Su nombre aparece en la lista que se le encontró a Liceo Gelli en el ochenta y uno. Algunos dicen que se quedó en Argentina y otros, la mayoría dice que volvió a Europa. No se ponen de acuerdo si volvió a España, Francia o a Italia. Muchos dicen que siendo como toda la vida fue miembro de la Poesia Artificialle no puede haber muerto de muerte natural, sino que se pegó un tiro en algún hotel perdido. Eso lo señaló una persona que se hacía llamar Naptha, diciendo: “Siempre me comentaba, cuando estaba ebrio que era cuando se ponía más sincero, que no iba a morir en una cama, dejando que la muerte me lleve sin luchar, decía levantando la voz. Voy a elegir el momento y va a ser de una forma artificial, ni una enfermedad o el destino me va a llevar, sino que me moriré por una bala, por un camión que me atropelle; quiero morir de una forma artificial”. Pero sobre su muerte, nada se sabe, de estar vivo hoy, tendría más de noventa años.

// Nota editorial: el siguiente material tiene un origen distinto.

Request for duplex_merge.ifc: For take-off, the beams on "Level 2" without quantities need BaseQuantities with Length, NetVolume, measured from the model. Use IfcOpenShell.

First a look at what the model holds.

```python
import ifcopenshell
import ifcopenshell.util.element
import ifcopenshell.util.unit

model = ifcopenshell.open("duplex_merge.ifc")
print(model.schema)
for unit_type in ("LENGTHUNIT", "AREAUNIT", "VOLUMEUNIT"):
    print(unit_type, ifcopenshell.util.unit.calculate_unit_scale(model, unit_type))
storey = next(s for s in model.by_type("IfcBuildingStorey") if s.Name == "Level 2")
beams = [e for e in ifcopenshell.util.element.get_decomposition(storey) if e.is_a("IfcBeam")]
for e in sorted(beams, key=lambda e: e.id()):
    print(e.id(), e.is_a(), e.Name, list(ifcopenshell.util.element.get_psets(e, qtos_only=True)), sep=" | ")
```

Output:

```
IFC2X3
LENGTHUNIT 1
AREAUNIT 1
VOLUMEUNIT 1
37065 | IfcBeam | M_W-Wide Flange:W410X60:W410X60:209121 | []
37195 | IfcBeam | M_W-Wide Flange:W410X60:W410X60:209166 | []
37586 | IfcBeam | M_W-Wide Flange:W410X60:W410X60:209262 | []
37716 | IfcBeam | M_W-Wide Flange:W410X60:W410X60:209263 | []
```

```python
import ifcopenshell
import ifcopenshell.api.pset
import ifcopenshell.geom
import ifcopenshell.util.element
import ifcopenshell.util.shape
import ifcopenshell.util.unit

model = ifcopenshell.open("duplex_merge.ifc")
unit_scale = ifcopenshell.util.unit.calculate_unit_scale(model)
volume_scale = ifcopenshell.util.unit.calculate_unit_scale(model, "VOLUMEUNIT")
settings = ifcopenshell.geom.settings()

storey = next(s for s in model.by_type("IfcBuildingStorey") if s.Name == "Level 2")
beams = [e for e in ifcopenshell.util.element.get_decomposition(storey) if e.is_a("IfcBeam")]

for e in sorted(beams, key=lambda e: e.id()):
    if ifcopenshell.util.element.get_psets(e, qtos_only=True, should_inherit=False):
        continue
    # Geometry comes back in metres, in the element's own axes.
    shape = ifcopenshell.geom.create_shape(settings, e)
    values = {
        "Length": ifcopenshell.util.shape.get_max_xyz(shape.geometry) / unit_scale,
        "NetVolume": ifcopenshell.util.shape.get_volume(shape.geometry) / volume_scale,
    }
    qto = ifcopenshell.api.pset.add_qto(model, product=e, name="BaseQuantities")
    ifcopenshell.api.pset.edit_qto(model, qto=qto, properties=values)
    print(e.id(), {k: round(v, 3) for k, v in values.items()})

model.write("duplex_merge_updated.ifc")
```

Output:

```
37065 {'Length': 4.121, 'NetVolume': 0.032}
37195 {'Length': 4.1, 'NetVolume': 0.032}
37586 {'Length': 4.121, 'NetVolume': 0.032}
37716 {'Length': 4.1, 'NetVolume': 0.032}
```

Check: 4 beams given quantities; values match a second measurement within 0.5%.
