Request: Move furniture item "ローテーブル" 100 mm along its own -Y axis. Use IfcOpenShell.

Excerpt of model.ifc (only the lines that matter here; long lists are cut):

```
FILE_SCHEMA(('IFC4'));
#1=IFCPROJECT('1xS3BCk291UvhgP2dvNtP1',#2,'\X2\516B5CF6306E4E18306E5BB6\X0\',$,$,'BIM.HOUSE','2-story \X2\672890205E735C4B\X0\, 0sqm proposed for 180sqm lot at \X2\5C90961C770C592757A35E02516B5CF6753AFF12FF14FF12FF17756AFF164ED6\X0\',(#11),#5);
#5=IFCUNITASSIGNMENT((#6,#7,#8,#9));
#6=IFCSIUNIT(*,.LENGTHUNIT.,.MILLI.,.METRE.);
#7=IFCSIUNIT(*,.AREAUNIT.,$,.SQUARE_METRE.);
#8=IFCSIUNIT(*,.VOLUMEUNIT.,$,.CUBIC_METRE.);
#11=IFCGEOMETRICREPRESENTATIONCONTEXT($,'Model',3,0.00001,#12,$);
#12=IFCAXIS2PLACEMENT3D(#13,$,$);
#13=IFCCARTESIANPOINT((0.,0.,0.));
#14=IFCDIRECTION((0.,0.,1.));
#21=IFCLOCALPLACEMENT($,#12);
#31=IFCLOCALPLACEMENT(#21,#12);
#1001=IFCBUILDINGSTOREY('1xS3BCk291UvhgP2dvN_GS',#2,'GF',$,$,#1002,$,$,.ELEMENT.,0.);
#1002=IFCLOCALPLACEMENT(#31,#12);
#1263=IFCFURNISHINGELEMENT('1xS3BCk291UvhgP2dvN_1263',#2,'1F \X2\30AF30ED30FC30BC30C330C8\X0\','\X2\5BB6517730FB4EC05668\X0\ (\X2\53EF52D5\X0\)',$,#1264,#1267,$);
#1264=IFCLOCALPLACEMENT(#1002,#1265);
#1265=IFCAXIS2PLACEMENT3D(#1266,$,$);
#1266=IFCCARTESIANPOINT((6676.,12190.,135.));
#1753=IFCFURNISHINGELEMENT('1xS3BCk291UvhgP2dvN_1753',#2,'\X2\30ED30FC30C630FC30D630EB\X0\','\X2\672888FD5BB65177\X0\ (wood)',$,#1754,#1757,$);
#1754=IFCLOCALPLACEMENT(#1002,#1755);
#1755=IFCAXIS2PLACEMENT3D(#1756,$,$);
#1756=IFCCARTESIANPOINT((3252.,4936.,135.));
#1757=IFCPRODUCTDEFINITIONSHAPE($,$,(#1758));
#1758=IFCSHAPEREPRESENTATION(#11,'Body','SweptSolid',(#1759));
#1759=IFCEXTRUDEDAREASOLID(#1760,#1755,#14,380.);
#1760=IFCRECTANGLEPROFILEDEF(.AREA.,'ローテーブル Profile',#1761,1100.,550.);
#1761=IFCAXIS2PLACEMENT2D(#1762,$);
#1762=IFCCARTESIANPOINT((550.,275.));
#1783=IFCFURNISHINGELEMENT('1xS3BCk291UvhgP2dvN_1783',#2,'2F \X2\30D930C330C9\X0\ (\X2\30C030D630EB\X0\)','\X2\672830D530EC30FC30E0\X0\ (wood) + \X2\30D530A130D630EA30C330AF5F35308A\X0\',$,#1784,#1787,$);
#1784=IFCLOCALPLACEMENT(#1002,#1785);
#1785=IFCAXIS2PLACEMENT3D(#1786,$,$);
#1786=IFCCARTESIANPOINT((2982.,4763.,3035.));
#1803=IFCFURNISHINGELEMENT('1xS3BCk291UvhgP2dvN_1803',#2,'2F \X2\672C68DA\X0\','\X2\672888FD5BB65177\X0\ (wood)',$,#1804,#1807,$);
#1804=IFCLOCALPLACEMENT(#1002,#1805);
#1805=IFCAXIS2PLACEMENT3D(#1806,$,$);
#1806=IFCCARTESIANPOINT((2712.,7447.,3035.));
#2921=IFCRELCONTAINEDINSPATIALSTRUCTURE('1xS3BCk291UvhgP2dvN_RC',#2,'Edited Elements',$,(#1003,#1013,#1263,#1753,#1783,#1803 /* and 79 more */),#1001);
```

```python
import ifcopenshell
import ifcopenshell.api.geometry
import ifcopenshell.util.placement
import ifcopenshell.util.unit

model = ifcopenshell.open("model.ifc")
unit_scale = ifcopenshell.util.unit.calculate_unit_scale(model)

item = model.by_guid("1xS3BCk291UvhgP2dvN_1753")
matrix = ifcopenshell.util.placement.get_local_placement(item.ObjectPlacement)
matrix[:3, 3] -= matrix[:3, 1] * 0.1 / unit_scale
ifcopenshell.api.geometry.edit_object_placement(model, product=item, matrix=matrix, is_si=False)

print(ifcopenshell.util.placement.get_local_placement(item.ObjectPlacement).round(3) + 0.0)

model.write("model_rev.ifc")
```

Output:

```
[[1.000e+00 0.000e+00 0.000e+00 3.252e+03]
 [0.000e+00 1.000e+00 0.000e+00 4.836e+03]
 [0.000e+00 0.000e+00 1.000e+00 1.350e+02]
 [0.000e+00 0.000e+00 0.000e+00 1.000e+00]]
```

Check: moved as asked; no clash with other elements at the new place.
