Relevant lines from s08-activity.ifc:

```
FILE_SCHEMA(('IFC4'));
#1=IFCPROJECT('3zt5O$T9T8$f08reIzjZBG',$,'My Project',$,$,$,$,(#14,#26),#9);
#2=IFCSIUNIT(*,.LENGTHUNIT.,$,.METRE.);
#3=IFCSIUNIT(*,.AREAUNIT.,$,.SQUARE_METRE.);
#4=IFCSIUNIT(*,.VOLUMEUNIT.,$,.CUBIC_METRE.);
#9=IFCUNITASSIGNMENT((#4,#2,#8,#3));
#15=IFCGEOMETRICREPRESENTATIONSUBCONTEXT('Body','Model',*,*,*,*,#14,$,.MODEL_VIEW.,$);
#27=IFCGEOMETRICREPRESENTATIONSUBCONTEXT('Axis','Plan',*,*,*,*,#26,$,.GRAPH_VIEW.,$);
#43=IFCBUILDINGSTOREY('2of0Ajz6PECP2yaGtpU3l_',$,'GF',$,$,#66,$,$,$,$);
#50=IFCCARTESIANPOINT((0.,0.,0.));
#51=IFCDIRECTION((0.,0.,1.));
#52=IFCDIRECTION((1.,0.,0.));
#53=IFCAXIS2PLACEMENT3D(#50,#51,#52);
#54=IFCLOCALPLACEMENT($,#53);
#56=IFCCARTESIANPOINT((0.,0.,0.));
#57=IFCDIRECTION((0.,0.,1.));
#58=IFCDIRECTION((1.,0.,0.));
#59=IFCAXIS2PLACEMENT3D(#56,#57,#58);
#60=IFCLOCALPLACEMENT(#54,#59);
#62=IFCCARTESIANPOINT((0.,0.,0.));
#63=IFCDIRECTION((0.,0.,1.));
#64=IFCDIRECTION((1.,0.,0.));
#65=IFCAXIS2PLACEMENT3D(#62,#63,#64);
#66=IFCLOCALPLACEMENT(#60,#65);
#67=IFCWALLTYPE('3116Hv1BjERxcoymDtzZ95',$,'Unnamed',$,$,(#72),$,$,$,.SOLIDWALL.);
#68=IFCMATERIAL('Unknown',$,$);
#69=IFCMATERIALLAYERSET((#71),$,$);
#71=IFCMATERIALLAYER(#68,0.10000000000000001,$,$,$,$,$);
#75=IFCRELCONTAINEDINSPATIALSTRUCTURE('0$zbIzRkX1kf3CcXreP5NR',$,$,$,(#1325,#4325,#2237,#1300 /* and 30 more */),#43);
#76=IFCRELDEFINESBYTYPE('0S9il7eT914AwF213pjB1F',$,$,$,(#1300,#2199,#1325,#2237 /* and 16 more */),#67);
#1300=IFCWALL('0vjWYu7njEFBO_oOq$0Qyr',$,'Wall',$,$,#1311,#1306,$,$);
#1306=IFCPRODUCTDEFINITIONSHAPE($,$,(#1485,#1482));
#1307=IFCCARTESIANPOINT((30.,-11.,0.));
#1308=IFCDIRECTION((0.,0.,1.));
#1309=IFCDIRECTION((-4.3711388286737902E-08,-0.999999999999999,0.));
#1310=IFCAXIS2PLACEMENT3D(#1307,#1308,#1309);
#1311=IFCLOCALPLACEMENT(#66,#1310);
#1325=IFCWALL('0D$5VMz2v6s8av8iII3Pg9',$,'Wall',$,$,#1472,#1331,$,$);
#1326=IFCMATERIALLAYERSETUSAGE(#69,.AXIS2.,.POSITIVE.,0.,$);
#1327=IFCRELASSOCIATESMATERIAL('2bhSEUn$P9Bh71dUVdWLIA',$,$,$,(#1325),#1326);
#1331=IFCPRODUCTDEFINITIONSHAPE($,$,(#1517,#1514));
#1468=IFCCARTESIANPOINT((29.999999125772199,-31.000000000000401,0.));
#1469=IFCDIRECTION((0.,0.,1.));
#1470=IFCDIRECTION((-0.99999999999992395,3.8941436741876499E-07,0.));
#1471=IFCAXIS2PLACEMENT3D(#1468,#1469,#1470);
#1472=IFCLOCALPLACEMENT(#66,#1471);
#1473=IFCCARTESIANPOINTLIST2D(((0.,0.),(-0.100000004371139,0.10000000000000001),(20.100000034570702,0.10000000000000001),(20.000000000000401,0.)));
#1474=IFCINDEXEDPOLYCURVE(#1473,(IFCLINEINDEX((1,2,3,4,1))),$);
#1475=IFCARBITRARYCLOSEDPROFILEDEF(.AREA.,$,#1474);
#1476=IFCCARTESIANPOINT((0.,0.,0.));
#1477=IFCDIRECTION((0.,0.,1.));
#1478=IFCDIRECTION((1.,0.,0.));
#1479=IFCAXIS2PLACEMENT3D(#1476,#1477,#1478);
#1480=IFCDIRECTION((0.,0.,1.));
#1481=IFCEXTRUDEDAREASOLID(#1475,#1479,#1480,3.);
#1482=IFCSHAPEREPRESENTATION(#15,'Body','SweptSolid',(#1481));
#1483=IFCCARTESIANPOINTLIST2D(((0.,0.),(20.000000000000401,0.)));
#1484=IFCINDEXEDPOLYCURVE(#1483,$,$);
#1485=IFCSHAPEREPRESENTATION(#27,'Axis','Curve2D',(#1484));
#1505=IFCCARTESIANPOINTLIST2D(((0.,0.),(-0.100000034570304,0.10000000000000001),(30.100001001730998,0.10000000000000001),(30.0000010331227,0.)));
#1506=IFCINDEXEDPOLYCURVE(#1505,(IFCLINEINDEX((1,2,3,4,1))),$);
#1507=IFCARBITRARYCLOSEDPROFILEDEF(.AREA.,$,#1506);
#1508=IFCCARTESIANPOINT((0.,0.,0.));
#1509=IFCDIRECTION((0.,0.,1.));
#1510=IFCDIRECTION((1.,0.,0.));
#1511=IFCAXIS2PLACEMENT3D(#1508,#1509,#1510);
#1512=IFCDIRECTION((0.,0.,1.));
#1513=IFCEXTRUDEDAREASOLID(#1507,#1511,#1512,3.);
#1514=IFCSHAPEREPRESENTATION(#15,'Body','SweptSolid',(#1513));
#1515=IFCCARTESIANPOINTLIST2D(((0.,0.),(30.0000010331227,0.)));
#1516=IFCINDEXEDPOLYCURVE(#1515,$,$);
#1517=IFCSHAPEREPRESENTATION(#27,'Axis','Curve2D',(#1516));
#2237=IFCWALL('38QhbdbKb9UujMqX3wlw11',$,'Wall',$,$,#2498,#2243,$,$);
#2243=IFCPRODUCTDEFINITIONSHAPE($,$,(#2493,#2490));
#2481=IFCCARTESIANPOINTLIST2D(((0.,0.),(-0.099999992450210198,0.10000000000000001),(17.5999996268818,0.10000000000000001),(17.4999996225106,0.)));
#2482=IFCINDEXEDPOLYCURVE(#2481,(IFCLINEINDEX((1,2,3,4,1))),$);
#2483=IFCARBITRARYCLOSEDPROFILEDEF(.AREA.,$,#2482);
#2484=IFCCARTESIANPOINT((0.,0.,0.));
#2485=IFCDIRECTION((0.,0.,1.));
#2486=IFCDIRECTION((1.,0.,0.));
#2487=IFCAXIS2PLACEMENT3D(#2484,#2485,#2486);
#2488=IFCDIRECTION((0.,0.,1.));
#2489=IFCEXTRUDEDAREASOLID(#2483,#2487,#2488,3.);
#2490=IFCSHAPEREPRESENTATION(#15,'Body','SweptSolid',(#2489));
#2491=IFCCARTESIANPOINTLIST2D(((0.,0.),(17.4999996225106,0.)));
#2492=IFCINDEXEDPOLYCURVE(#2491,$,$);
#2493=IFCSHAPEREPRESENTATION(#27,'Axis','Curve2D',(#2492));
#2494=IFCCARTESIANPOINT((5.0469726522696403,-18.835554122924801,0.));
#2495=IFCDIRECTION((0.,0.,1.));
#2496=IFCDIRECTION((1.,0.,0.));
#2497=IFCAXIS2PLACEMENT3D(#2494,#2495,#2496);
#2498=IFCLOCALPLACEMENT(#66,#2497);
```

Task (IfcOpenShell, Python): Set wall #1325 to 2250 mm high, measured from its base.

```python
import ifcopenshell
import ifcopenshell.geom
import ifcopenshell.util.representation
import ifcopenshell.util.shape
import ifcopenshell.util.unit

model = ifcopenshell.open("s08-activity.ifc")
unit_scale = ifcopenshell.util.unit.calculate_unit_scale(model)
settings = ifcopenshell.geom.settings()


def volume(element):
    """Net volume in cubic metres, openings subtracted."""
    shape = ifcopenshell.geom.create_shape(settings, element)
    return ifcopenshell.util.shape.get_volume(shape.geometry)


wall = model.by_id(1325)
before = volume(wall)

body = ifcopenshell.util.representation.get_representation(wall, "Model", "Body")
solid = body.Items[0]
old_height = solid.Depth
solid.Depth = 2.25 / unit_scale
after = volume(wall)

print(f"height {old_height:g} -> {solid.Depth:g}, volume {before:.3f} -> {after:.3f} m3")

model.write("s08-activity_v2.ifc")
```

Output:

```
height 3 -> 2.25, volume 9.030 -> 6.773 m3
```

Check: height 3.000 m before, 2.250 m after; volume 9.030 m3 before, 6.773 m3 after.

[I] Manfredini. Nació en la ciudad de Trieste en 1914, ciudad del Imperio Austrohungaro.
[II] El (Su) movimiento se llamaba Poesia Artificialle, se inició con la proclama de su manifiesto en un diario regional del Piamonte, al mismo tiempo que se publicó en el diario de la ciudad de Turín, La Stampa, de donde era oriundo el movimiento. Luego, se publicó, a su vez, en diarios italoparlantes de Suiza y en el Corriere Della Sera de Milán.
[III] Enrico Mansaro, Piero Costacurta, Giovanna DelSanto, Kunrad von Manstein, entre los más conocidos.
[IV] Carlo Massara padre.
[V] Operación “Fuime”, llamada internamente por los revolucionarios.
[VI] Aunque tampoco nunca se probó que haya retornado.
[VII] La Inclusión de las armas y otros poemas. Manfredini. 1969. París. Editorial Klaus & Kursit.
[VIII] El Diario de la Huida. Nazis en el exilio. Manfredini, edición al cuidado de Carlos Machado. 2008. Buenos Aires. Editorial Thule SA.
[IX] Santo Hermano. Manfredini. 1974. Buenos Aires. Editorial MarcoSanto SRL.  
[X] Manifiesto Artificialista. Publicado en el semanario –sí, semanario- Diario Nuevo Sur, Viedma, 1973.
[XI] Página 623, El Diario de la Huida.